Pajak Penghasilan Pasal 22

Pajak Penghasilan Pasal 22

PT Jovindo Solusi Batam memberikan layanan konsultasi, pembukuan, dan manajemen perpajakan. Kami telah bersertifikat resmi dan berpengalaman dalam menangani permasalahan perpajakan. Kali ini, PT Jovindo Solusi Batam akan memberikan informasi terkait pajak penghasilan pasal 22. Simak informasinya berikut ini.

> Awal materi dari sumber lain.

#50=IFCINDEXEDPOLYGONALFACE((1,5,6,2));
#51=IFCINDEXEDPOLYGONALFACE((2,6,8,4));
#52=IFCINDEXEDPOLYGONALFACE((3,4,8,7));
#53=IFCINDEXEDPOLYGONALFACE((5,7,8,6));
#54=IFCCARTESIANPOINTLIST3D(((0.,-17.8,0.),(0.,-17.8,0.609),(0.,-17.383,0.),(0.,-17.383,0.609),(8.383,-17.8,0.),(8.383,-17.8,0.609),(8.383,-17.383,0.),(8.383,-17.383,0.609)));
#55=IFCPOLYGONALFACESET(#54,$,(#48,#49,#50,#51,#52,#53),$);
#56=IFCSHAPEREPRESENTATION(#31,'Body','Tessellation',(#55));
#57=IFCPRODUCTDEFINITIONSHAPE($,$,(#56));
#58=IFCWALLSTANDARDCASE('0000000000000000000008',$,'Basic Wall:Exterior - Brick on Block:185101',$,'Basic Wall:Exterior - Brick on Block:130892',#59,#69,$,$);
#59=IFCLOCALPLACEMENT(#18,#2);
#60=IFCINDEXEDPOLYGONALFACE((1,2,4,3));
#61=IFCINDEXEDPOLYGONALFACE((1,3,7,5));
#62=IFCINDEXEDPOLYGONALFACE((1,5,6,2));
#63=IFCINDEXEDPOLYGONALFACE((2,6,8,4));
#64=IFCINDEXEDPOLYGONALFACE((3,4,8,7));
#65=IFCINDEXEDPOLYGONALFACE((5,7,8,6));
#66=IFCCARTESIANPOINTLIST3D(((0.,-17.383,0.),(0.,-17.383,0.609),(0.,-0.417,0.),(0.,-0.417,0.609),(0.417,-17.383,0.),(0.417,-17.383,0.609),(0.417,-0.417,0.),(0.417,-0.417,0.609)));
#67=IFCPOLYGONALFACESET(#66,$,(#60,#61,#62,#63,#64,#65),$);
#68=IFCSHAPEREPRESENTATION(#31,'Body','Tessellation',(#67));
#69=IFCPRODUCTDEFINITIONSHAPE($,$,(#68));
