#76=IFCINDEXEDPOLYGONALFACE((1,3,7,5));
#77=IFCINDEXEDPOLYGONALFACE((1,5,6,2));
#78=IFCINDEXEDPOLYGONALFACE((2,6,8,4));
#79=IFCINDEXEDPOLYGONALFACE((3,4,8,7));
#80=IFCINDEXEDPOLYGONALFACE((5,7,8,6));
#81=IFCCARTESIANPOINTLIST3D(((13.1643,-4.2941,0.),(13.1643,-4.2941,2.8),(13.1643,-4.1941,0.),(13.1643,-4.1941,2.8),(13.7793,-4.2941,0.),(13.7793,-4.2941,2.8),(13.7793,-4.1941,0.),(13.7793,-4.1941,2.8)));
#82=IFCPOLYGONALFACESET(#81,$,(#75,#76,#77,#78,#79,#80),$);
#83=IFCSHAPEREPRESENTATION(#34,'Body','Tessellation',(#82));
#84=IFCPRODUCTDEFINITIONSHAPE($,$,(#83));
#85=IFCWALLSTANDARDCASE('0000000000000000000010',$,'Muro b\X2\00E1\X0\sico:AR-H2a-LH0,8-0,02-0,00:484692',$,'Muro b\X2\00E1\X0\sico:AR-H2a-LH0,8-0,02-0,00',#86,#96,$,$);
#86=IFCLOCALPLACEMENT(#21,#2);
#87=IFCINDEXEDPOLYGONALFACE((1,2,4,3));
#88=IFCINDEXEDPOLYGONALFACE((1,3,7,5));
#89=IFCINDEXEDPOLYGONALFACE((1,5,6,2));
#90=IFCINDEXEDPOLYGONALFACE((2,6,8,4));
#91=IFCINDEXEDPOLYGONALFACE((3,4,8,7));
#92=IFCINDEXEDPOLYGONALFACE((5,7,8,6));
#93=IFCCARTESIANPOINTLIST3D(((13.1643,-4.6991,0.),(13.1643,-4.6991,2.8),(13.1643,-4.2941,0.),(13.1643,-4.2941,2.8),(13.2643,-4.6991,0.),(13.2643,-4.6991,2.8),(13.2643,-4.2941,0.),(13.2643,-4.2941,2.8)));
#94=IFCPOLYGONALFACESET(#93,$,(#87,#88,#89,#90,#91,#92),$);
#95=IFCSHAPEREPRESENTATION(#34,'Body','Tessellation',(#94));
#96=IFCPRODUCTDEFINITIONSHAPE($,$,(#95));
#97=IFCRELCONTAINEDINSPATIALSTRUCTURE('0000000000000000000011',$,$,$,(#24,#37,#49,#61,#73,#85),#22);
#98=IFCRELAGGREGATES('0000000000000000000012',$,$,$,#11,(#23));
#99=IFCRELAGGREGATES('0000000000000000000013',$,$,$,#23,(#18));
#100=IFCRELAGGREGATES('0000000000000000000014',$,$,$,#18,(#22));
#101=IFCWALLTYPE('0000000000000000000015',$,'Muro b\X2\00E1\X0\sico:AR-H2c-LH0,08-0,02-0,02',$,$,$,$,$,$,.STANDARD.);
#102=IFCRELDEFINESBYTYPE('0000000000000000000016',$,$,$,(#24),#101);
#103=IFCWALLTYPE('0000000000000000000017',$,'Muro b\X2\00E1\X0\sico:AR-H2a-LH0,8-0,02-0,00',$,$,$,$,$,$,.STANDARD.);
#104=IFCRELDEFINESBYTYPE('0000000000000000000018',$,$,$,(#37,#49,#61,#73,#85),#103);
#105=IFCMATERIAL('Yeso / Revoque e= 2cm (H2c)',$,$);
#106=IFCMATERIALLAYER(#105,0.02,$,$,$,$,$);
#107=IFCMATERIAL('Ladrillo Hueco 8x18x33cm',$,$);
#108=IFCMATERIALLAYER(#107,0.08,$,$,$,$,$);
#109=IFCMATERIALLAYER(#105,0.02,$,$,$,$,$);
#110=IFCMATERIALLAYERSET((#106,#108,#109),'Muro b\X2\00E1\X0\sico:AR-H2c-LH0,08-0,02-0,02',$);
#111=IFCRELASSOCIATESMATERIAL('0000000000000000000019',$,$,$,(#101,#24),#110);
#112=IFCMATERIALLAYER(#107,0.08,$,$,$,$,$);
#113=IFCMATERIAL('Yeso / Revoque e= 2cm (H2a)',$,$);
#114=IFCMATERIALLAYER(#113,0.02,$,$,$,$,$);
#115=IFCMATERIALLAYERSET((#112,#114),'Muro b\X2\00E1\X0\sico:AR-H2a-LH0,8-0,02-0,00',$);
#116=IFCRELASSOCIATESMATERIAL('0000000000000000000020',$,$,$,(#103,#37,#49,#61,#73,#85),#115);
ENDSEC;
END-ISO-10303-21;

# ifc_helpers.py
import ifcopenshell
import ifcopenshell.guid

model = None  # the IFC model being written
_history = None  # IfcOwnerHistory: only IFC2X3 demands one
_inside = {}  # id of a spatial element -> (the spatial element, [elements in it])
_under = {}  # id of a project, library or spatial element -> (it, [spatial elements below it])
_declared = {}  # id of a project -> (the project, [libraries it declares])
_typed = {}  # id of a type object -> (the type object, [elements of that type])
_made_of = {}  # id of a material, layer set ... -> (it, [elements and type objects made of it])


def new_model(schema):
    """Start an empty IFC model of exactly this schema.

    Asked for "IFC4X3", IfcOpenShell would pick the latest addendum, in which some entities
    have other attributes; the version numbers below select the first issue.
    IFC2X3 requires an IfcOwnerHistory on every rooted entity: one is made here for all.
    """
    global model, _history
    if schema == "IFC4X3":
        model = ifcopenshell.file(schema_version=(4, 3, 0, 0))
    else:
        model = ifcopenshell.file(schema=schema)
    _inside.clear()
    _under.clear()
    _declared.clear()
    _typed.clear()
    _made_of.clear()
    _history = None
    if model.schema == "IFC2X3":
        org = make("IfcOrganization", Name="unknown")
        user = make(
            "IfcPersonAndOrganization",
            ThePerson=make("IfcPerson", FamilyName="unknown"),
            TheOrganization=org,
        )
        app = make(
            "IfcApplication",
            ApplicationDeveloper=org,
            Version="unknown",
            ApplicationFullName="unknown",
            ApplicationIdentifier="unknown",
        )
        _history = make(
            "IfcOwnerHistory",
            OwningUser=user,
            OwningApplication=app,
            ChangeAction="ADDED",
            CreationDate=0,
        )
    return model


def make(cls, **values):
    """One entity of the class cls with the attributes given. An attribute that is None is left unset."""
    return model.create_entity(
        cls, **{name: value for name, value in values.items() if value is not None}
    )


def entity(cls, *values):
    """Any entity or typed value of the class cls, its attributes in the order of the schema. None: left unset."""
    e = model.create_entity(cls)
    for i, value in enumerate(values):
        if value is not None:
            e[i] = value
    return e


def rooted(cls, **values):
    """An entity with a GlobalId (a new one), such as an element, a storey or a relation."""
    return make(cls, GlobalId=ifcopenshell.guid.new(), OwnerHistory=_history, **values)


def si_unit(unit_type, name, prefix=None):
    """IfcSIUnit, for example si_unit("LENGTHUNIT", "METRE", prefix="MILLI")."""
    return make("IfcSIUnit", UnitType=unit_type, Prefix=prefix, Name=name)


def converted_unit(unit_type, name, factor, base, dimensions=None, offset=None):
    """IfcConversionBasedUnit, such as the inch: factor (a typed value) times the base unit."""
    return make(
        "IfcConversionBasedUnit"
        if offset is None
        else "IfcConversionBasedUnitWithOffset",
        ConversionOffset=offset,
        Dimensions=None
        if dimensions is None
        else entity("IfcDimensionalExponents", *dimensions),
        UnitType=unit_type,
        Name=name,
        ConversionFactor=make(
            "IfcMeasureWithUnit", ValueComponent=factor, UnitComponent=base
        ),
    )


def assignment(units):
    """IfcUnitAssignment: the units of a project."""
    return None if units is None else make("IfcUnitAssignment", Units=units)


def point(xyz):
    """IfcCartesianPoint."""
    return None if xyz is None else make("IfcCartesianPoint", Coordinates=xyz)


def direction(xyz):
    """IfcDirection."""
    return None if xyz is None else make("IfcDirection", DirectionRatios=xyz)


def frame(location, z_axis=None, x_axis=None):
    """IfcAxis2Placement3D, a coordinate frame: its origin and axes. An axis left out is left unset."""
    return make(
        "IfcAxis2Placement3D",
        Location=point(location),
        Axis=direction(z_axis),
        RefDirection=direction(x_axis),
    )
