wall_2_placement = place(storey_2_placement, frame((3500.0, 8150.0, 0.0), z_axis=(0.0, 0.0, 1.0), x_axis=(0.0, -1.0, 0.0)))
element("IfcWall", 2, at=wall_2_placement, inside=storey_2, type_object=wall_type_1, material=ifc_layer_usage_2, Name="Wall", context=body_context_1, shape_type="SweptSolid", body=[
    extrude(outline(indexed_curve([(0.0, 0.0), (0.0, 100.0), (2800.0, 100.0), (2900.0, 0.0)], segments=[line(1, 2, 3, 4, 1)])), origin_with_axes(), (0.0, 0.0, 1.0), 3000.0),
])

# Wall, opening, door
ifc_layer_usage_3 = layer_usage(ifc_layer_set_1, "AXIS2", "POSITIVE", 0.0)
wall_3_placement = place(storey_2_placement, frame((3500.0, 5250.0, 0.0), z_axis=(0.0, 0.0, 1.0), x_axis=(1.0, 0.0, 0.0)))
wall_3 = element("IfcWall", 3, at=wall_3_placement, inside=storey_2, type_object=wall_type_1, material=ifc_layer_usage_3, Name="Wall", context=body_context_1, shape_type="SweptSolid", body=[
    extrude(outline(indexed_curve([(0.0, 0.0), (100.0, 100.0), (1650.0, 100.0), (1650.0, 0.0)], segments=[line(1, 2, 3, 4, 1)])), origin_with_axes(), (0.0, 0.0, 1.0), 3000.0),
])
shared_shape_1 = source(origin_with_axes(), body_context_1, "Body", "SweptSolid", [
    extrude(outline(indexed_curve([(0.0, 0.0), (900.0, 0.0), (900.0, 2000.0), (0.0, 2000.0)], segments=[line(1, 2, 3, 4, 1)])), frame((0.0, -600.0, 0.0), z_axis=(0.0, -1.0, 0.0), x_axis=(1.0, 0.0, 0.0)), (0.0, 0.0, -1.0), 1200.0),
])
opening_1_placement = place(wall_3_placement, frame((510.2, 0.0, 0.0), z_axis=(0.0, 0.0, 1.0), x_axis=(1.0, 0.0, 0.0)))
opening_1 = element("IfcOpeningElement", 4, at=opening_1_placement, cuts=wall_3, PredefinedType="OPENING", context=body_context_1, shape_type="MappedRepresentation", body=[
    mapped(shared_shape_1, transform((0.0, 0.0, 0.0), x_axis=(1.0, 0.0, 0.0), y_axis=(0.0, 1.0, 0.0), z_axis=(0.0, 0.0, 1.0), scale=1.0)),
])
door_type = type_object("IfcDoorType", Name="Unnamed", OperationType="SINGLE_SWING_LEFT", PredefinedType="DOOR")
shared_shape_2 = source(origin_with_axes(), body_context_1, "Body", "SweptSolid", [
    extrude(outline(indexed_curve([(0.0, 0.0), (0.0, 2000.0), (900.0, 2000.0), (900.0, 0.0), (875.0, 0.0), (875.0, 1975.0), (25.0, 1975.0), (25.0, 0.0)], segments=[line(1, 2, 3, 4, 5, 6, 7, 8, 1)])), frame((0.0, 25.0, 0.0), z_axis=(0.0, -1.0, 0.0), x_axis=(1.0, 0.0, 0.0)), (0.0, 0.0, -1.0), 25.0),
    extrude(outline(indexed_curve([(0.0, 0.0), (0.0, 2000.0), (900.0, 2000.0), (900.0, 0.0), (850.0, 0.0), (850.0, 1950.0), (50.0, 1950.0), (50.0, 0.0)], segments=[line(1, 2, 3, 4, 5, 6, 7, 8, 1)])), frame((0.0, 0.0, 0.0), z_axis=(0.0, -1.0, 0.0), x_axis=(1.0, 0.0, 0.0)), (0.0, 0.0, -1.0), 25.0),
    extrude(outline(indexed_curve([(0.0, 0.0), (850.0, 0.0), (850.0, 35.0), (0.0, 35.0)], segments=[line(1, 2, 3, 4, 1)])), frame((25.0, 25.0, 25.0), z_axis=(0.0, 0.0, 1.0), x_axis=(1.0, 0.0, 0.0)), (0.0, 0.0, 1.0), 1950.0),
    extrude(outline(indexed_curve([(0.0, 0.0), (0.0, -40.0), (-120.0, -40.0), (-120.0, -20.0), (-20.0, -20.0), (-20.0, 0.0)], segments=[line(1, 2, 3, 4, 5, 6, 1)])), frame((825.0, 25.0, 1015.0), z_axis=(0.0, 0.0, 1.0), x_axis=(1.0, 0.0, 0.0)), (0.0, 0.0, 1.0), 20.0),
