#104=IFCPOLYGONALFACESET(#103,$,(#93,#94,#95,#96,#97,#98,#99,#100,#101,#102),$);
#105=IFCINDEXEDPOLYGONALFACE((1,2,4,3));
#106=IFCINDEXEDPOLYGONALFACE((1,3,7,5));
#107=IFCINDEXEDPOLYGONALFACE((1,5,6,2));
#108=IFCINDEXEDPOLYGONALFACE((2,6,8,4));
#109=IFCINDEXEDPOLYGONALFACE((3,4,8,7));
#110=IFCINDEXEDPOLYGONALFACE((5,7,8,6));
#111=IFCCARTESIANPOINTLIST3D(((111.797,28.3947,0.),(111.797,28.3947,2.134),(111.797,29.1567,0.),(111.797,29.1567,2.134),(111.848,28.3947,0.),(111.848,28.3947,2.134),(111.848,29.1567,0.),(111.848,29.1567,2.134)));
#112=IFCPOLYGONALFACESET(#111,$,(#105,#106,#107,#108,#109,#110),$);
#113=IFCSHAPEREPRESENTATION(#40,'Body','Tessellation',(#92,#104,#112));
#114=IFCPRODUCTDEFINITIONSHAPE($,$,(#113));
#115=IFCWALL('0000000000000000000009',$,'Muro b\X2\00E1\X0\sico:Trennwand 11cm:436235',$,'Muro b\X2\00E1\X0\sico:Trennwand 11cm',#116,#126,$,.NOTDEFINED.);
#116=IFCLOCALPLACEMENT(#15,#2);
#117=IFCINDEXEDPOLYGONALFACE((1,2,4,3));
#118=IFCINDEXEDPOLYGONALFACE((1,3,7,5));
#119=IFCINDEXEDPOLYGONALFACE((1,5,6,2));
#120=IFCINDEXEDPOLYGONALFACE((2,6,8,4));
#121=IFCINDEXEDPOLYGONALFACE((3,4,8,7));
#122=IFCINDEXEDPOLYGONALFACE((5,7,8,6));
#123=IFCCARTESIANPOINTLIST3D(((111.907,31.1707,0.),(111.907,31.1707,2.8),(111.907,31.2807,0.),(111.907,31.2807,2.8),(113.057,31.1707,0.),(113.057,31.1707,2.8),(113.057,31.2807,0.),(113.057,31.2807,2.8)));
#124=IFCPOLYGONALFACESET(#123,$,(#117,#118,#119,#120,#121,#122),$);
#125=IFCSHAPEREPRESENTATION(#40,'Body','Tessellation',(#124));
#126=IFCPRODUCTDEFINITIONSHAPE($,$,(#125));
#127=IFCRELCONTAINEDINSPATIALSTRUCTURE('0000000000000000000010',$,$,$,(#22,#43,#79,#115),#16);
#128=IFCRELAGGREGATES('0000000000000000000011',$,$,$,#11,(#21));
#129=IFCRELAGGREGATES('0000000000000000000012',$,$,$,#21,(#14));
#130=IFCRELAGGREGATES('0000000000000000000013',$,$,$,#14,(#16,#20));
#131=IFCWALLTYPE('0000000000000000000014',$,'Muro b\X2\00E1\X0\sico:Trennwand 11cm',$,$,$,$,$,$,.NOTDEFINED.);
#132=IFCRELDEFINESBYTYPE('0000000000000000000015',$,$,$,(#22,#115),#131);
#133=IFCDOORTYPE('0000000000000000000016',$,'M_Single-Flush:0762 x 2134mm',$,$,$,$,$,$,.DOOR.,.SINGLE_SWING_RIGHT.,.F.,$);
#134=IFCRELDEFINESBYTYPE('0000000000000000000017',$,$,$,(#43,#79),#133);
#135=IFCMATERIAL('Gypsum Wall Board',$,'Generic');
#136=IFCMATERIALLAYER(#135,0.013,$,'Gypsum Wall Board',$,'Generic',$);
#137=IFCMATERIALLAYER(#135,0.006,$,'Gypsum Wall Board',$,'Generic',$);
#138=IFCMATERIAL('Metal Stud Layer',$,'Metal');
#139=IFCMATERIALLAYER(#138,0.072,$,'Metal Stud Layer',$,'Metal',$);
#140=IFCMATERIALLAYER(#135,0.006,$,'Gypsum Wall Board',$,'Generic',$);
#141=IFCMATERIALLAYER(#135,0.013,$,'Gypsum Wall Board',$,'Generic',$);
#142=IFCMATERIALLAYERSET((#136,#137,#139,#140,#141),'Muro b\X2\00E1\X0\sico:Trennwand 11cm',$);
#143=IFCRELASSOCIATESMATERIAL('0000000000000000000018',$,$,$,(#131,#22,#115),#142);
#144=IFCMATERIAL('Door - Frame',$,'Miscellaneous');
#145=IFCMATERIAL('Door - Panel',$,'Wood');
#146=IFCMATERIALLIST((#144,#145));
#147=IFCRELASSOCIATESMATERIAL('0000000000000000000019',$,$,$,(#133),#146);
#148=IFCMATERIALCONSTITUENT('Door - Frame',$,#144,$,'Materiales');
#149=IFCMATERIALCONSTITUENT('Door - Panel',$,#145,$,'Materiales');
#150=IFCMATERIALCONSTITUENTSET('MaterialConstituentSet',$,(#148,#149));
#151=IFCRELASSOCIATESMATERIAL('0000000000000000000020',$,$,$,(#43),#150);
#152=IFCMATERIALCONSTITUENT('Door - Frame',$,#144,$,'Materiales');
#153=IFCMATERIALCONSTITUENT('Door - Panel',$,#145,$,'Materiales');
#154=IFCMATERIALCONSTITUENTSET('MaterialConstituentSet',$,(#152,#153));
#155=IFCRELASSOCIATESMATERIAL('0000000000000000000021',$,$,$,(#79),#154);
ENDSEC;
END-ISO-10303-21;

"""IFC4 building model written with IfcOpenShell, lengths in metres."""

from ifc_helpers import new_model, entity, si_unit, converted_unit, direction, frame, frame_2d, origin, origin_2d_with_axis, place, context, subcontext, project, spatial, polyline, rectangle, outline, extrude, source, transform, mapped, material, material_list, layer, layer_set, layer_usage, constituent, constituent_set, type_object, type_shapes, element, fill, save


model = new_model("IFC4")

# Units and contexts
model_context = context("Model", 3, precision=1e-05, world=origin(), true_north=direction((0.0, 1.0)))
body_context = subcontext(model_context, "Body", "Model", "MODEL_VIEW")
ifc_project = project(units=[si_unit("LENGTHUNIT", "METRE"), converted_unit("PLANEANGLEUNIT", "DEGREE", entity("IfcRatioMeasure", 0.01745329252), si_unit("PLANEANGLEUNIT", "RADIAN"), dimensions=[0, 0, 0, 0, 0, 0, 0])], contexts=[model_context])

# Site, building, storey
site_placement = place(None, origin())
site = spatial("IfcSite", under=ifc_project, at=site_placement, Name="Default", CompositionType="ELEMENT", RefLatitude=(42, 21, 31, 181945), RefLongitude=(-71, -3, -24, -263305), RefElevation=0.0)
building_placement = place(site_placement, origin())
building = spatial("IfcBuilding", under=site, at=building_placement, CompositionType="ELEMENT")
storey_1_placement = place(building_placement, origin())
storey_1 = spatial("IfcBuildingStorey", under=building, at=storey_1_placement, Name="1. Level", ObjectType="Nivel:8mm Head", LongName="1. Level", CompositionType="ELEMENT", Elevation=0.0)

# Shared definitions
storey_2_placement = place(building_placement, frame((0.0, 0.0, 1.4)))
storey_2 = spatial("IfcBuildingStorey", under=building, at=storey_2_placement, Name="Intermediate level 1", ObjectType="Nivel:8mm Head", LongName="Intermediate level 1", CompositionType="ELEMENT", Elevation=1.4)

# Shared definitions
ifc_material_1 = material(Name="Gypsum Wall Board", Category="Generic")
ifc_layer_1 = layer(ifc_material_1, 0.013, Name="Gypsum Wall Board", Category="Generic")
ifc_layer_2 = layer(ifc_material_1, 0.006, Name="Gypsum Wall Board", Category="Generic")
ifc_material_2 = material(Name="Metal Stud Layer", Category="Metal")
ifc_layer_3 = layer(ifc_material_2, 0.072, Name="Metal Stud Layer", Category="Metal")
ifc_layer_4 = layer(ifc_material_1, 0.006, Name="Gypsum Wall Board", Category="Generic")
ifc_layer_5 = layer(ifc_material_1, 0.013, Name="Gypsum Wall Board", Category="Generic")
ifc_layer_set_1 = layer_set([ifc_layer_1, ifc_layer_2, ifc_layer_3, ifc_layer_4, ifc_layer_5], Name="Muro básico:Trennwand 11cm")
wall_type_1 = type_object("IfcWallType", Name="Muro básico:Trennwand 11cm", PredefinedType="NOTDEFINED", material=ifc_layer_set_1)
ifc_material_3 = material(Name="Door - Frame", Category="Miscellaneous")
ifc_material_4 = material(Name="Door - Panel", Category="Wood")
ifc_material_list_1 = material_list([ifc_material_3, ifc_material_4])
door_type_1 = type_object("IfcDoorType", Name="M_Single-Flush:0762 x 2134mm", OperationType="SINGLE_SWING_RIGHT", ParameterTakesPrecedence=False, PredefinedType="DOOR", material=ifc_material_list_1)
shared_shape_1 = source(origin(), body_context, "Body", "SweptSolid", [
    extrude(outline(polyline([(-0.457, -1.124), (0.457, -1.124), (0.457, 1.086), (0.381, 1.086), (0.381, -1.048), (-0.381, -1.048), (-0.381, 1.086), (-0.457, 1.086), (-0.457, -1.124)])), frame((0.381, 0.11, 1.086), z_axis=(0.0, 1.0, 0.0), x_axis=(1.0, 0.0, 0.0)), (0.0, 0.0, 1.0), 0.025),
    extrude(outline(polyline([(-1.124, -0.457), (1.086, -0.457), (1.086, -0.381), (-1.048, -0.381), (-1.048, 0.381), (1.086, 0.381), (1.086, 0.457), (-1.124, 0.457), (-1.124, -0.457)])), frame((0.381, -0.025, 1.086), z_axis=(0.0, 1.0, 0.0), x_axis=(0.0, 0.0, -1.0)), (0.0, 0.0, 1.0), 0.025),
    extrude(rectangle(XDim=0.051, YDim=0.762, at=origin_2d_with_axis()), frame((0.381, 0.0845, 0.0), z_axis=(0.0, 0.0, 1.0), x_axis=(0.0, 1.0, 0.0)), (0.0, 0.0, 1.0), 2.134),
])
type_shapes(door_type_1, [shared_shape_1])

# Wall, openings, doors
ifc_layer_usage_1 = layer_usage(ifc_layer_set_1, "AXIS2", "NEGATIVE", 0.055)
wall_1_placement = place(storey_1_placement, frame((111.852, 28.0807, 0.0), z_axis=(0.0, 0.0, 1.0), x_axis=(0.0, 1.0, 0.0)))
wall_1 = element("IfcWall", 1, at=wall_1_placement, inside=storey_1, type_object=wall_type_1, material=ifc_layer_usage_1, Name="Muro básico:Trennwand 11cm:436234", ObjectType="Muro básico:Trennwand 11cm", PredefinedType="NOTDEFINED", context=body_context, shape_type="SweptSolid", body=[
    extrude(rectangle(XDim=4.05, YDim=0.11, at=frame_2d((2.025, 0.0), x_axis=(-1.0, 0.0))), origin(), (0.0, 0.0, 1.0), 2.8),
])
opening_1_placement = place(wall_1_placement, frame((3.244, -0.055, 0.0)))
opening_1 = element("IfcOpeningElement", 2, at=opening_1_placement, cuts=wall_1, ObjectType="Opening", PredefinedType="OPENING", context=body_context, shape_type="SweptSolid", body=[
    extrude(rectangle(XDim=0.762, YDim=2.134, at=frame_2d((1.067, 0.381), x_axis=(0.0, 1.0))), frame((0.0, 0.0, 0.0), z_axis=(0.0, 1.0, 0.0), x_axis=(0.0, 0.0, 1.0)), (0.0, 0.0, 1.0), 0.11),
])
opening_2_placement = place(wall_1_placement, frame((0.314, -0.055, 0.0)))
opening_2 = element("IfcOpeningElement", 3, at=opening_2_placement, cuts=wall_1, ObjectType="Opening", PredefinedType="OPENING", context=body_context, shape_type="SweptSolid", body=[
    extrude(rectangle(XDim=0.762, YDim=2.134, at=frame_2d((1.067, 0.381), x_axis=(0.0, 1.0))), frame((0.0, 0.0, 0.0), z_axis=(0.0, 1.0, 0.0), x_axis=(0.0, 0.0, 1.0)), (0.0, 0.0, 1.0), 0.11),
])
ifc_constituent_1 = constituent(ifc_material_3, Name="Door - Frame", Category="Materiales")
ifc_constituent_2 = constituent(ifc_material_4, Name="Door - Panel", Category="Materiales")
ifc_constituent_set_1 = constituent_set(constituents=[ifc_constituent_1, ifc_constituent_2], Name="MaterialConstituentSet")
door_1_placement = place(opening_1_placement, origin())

Pengertian Pasal Penghasilan (PPh) Pasal 22

PPh Pasal 22 atau Pajak Penghasilan Pasal 22 dipungut atas beberapa badan usaha milik pemerintah dan swasta yang melakukan kegiatan perdagangan ekspor, impor, dan re-impor. Pajak Penghasilan Pasal 22 (PPh Pasal 22) merupakan salah satu jenis pemotongan atau pemungutan pajak yang dilakukan oleh salah satu pihak terhadap wajib pajak dan dihubungkan dengan kegiatan perdagangan barang, sesuai dengan Undang-Undang Pajak Penghasilan (PPh) Nomor 36 Tahun 2008.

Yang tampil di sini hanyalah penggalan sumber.